Judge Amit P. Mehta of the U.S. District Court for the District of Columbia, who is presiding over the case, has set a September 4 deadline for the Justice Department and Google to propose a process for determining appropriate remedies. A hearing to discuss next steps is scheduled for September 6.

The August 5 ruling, which found Google had illegally maintained a monopoly over general online search services and related advertising, marks a significant moment in antitrust enforcement in the tech industry.

The decision raises questions about the market dominance of other tech giants such as Apple, Amazon, and Meta, all of which face their own antitrust scrutiny.

For Google, a company that built a $2 trillion business largely on the back of its search engine, the stakes are particularly high. Any remedies imposed could potentially reshape the core of the company's business model, which generated $175 billion in revenue from search and related businesses last year.

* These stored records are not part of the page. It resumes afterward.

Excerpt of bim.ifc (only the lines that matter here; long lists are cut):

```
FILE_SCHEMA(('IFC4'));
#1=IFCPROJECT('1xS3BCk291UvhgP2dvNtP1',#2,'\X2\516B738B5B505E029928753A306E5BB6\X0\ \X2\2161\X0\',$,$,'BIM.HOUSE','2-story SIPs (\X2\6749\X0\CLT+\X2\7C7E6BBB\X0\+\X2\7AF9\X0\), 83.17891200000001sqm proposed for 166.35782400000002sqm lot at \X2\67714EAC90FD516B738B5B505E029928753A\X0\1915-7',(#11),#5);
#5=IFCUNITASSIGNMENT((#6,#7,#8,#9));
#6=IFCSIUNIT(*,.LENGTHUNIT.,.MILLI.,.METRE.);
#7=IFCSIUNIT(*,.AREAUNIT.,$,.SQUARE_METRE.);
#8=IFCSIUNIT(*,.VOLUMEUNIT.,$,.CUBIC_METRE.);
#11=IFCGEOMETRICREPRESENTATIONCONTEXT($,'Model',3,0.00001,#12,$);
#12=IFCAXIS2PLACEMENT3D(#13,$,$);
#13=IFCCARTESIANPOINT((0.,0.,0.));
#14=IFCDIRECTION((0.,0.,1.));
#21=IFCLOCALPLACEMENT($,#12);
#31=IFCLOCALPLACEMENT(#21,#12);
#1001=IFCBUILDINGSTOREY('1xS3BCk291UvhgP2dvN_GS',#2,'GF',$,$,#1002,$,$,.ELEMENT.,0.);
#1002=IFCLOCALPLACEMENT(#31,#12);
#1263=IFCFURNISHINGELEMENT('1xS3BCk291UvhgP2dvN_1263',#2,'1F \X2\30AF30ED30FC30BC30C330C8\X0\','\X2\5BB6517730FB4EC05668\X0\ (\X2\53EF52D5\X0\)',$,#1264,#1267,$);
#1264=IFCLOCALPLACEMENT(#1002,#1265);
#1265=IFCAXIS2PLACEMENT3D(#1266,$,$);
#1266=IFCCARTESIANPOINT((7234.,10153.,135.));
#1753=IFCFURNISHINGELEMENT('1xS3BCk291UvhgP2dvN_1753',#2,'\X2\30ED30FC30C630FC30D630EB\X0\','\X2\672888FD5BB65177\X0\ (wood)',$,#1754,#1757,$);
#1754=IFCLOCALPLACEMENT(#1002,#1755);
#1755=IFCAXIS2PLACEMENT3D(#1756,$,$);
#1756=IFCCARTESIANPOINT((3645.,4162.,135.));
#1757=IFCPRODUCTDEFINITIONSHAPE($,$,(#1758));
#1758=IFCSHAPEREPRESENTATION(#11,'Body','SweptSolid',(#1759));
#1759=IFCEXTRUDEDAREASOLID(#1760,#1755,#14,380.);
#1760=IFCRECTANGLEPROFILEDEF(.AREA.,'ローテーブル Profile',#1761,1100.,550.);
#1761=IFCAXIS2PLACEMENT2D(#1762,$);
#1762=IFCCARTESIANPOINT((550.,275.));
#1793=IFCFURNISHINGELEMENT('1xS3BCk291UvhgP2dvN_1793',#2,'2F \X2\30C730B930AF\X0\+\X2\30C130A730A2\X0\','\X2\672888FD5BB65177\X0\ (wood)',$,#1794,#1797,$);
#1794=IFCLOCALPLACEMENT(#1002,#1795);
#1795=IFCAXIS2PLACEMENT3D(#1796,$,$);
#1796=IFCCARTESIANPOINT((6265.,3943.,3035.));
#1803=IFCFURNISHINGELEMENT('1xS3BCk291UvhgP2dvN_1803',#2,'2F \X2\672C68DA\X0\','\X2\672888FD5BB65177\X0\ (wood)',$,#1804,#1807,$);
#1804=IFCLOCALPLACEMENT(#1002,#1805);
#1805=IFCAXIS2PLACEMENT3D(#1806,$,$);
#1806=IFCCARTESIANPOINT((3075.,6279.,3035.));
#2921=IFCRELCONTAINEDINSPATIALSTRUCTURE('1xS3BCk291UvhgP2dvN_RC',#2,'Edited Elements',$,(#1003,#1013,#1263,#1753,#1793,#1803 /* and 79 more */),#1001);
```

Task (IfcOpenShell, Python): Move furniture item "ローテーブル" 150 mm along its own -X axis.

```python
import ifcopenshell
import ifcopenshell.api.geometry
import ifcopenshell.util.placement
import ifcopenshell.util.unit

model = ifcopenshell.open("bim.ifc")
unit_scale = ifcopenshell.util.unit.calculate_unit_scale(model)

item = model.by_guid("1xS3BCk291UvhgP2dvN_1753")
matrix = ifcopenshell.util.placement.get_local_placement(item.ObjectPlacement)
matrix[:3, 3] -= matrix[:3, 0] * 0.15 / unit_scale
ifcopenshell.api.geometry.edit_object_placement(model, product=item, matrix=matrix, is_si=False)

print(ifcopenshell.util.placement.get_local_placement(item.ObjectPlacement).round(3) + 0.0)

model.write("bim-out.ifc")
```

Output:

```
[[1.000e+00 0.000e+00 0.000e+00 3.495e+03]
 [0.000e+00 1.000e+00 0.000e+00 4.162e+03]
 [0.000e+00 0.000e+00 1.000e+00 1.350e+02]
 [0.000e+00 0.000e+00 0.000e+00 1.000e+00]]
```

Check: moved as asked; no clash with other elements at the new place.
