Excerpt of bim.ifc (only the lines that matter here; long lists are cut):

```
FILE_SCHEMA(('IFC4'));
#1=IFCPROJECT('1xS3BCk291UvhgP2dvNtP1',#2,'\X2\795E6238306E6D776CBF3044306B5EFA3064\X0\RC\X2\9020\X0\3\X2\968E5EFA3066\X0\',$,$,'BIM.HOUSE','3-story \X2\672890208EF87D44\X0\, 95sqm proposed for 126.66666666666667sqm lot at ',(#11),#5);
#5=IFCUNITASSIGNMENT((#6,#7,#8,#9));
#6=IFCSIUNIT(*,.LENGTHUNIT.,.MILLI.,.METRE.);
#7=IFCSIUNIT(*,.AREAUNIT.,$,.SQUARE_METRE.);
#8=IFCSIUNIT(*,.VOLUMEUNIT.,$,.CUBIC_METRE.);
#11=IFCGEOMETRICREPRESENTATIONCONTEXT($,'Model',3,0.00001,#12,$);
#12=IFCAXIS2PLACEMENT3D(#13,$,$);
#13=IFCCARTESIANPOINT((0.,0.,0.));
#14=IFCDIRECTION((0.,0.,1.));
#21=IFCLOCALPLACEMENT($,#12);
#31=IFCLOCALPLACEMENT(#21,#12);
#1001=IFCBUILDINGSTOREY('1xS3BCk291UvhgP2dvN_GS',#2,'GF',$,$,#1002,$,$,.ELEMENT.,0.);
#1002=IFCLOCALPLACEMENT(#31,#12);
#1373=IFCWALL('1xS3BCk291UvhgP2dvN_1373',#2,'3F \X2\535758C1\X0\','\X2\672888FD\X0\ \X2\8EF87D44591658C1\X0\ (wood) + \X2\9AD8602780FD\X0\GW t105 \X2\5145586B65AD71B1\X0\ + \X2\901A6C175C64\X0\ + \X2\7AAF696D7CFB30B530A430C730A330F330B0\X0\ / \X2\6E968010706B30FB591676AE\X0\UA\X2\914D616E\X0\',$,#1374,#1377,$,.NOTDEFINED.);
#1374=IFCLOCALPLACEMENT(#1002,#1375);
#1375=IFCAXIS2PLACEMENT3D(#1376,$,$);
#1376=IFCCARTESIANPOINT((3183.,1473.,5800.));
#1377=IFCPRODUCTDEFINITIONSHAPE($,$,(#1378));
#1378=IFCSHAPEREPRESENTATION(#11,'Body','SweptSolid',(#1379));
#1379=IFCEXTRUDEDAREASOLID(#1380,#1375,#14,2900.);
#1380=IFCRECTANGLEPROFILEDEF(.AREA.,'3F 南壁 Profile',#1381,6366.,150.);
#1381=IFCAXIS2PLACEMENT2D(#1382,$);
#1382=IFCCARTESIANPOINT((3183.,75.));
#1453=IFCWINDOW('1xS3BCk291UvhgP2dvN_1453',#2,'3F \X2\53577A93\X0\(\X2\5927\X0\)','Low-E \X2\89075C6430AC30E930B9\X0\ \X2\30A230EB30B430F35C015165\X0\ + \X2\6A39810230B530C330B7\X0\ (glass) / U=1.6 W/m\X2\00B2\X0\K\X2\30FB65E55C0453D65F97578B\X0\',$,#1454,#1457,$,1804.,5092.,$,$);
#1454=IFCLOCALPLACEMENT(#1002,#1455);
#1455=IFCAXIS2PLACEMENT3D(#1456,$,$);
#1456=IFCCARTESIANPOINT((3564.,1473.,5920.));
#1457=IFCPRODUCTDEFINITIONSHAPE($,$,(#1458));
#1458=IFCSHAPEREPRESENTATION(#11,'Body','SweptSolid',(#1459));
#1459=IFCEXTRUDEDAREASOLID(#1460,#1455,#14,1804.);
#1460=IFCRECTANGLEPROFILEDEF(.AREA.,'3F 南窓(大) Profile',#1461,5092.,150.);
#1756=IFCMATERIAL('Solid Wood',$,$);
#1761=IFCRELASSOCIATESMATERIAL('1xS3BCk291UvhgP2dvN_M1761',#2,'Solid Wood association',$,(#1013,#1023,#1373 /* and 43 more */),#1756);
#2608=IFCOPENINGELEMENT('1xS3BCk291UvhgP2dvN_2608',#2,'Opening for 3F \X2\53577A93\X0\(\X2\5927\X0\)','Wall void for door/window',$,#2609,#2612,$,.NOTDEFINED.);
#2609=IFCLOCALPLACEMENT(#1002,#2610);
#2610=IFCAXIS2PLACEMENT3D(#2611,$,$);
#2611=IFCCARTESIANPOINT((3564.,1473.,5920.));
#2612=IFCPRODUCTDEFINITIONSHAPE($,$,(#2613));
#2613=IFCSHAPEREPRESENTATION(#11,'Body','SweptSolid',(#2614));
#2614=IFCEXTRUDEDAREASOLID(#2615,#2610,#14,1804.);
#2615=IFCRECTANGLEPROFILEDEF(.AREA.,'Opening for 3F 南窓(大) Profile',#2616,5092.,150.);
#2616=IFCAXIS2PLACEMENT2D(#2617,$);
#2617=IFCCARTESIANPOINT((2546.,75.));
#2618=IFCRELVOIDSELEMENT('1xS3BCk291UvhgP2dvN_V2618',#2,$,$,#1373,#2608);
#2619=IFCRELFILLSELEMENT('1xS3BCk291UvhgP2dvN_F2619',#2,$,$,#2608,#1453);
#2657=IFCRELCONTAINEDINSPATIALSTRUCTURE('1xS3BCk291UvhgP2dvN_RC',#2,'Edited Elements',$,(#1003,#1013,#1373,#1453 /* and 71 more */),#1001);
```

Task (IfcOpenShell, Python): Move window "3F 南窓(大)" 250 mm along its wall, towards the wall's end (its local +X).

```python
import ifcopenshell
import ifcopenshell.api.geometry
import ifcopenshell.util.placement

model = ifcopenshell.open("bim.ifc")

window = model.by_guid("1xS3BCk291UvhgP2dvN_1453")
opening = window.FillsVoids[0].RelatingOpeningElement
wall = opening.VoidsElements[0].RelatingBuildingElement

wall_matrix = ifcopenshell.util.placement.get_local_placement(wall.ObjectPlacement)
shift = wall_matrix[:3, 0] * 250.0
before = ifcopenshell.util.placement.get_local_placement(window.ObjectPlacement)[:3, 3].copy()

# The window is not placed relative to its opening, so move both.
for product in (opening, window):
    matrix = ifcopenshell.util.placement.get_local_placement(product.ObjectPlacement)
    matrix[:3, 3] += shift
    ifcopenshell.api.geometry.edit_object_placement(model, product=product, matrix=matrix, is_si=False)

after = ifcopenshell.util.placement.get_local_placement(window.ObjectPlacement)[:3, 3]
print("window moved by", (after - before).round(3) + 0.0)

model.write("bim_updated.ifc")
```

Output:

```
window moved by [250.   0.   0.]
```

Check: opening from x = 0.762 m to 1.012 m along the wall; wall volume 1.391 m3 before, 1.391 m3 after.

A Justice Department spokesman stated, "The Justice Department is evaluating the court's decision. No decisions have been made at this time." Google, which has pledged to appeal the ruling, declined to comment on the ongoing discussions.

The range of potential remedies under consideration reflects the complex task facing regulators as they seek to address Google's market dominance while considering the practical implications of any intervention.

DuckDuckGo, a smaller competitor in the search engine market claiming to have been negatively impacted by Google's dominance, recently put forward a set of proposals aimed at leveling the competitive landscape.

Their suggestions include prohibiting agreements that set Google as the default search engine on devices, sharing Google's search and advertising expertise with rivals, implementing user-friendly interfaces for changing search engines, and launching public education initiatives about search engine selection.

The privacy-focused search engine emphasized that these changes should be overseen by an independent panel of technical experts to ensure proper implementation.

"There is no silver bullet," DuckDuckGo said in a statement. "Truly fixing the entrenched competitive imbalance that Google's default advantage has afforded them will require a mixture of interventions."